What the task requires: These entries are to be set down again exactly.

Provided data:
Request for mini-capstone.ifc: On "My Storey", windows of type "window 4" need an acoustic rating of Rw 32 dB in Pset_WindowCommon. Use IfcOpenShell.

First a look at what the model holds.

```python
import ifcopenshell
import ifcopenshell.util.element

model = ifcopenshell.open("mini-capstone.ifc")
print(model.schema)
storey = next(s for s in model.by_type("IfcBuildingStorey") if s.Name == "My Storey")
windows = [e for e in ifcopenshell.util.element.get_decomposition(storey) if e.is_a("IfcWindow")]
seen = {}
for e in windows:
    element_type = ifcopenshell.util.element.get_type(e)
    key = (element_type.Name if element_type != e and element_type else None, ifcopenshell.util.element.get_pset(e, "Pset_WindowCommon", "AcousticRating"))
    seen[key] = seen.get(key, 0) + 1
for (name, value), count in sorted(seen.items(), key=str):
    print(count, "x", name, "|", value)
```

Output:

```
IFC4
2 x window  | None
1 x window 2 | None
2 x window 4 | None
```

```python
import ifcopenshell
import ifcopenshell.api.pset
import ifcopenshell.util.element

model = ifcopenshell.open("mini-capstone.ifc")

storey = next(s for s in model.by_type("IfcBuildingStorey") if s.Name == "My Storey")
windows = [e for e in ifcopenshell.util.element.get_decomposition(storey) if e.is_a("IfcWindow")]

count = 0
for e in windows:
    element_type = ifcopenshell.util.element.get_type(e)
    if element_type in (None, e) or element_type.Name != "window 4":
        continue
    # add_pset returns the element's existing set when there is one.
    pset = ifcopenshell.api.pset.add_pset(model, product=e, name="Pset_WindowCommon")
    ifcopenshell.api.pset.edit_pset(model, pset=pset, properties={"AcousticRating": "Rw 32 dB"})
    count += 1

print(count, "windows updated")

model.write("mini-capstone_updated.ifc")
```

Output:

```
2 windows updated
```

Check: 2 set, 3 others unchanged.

Solution to this problem:
Request for mini-capstone.ifc: On "My Storey", windows of type "window 4" need an acoustic rating of Rw 32 dB in Pset_WindowCommon. Use IfcOpenShell.

First a look at what the model holds.

```python
import ifcopenshell
import ifcopenshell.util.element

model = ifcopenshell.open("mini-capstone.ifc")
print(model.schema)
storey = next(s for s in model.by_type("IfcBuildingStorey") if s.Name == "My Storey")
windows = [e for e in ifcopenshell.util.element.get_decomposition(storey) if e.is_a("IfcWindow")]
seen = {}
for e in windows:
    element_type = ifcopenshell.util.element.get_type(e)
    key = (element_type.Name if element_type != e and element_type else None, ifcopenshell.util.element.get_pset(e, "Pset_WindowCommon", "AcousticRating"))
    seen[key] = seen.get(key, 0) + 1
for (name, value), count in sorted(seen.items(), key=str):
    print(count, "x", name, "|", value)
```

Output:

```
IFC4
2 x window  | None
1 x window 2 | None
2 x window 4 | None
```

```python
import ifcopenshell
import ifcopenshell.api.pset
import ifcopenshell.util.element

model = ifcopenshell.open("mini-capstone.ifc")

storey = next(s for s in model.by_type("IfcBuildingStorey") if s.Name == "My Storey")
windows = [e for e in ifcopenshell.util.element.get_decomposition(storey) if e.is_a("IfcWindow")]

count = 0
for e in windows:
    element_type = ifcopenshell.util.element.get_type(e)
    if element_type in (None, e) or element_type.Name != "window 4":
        continue
    # add_pset returns the element's existing set when there is one.
    pset = ifcopenshell.api.pset.add_pset(model, product=e, name="Pset_WindowCommon")
    ifcopenshell.api.pset.edit_pset(model, pset=pset, properties={"AcousticRating": "Rw 32 dB"})
    count += 1

print(count, "windows updated")

model.write("mini-capstone_updated.ifc")
```

Output:

```
2 windows updated
```

Check: 2 set, 3 others unchanged.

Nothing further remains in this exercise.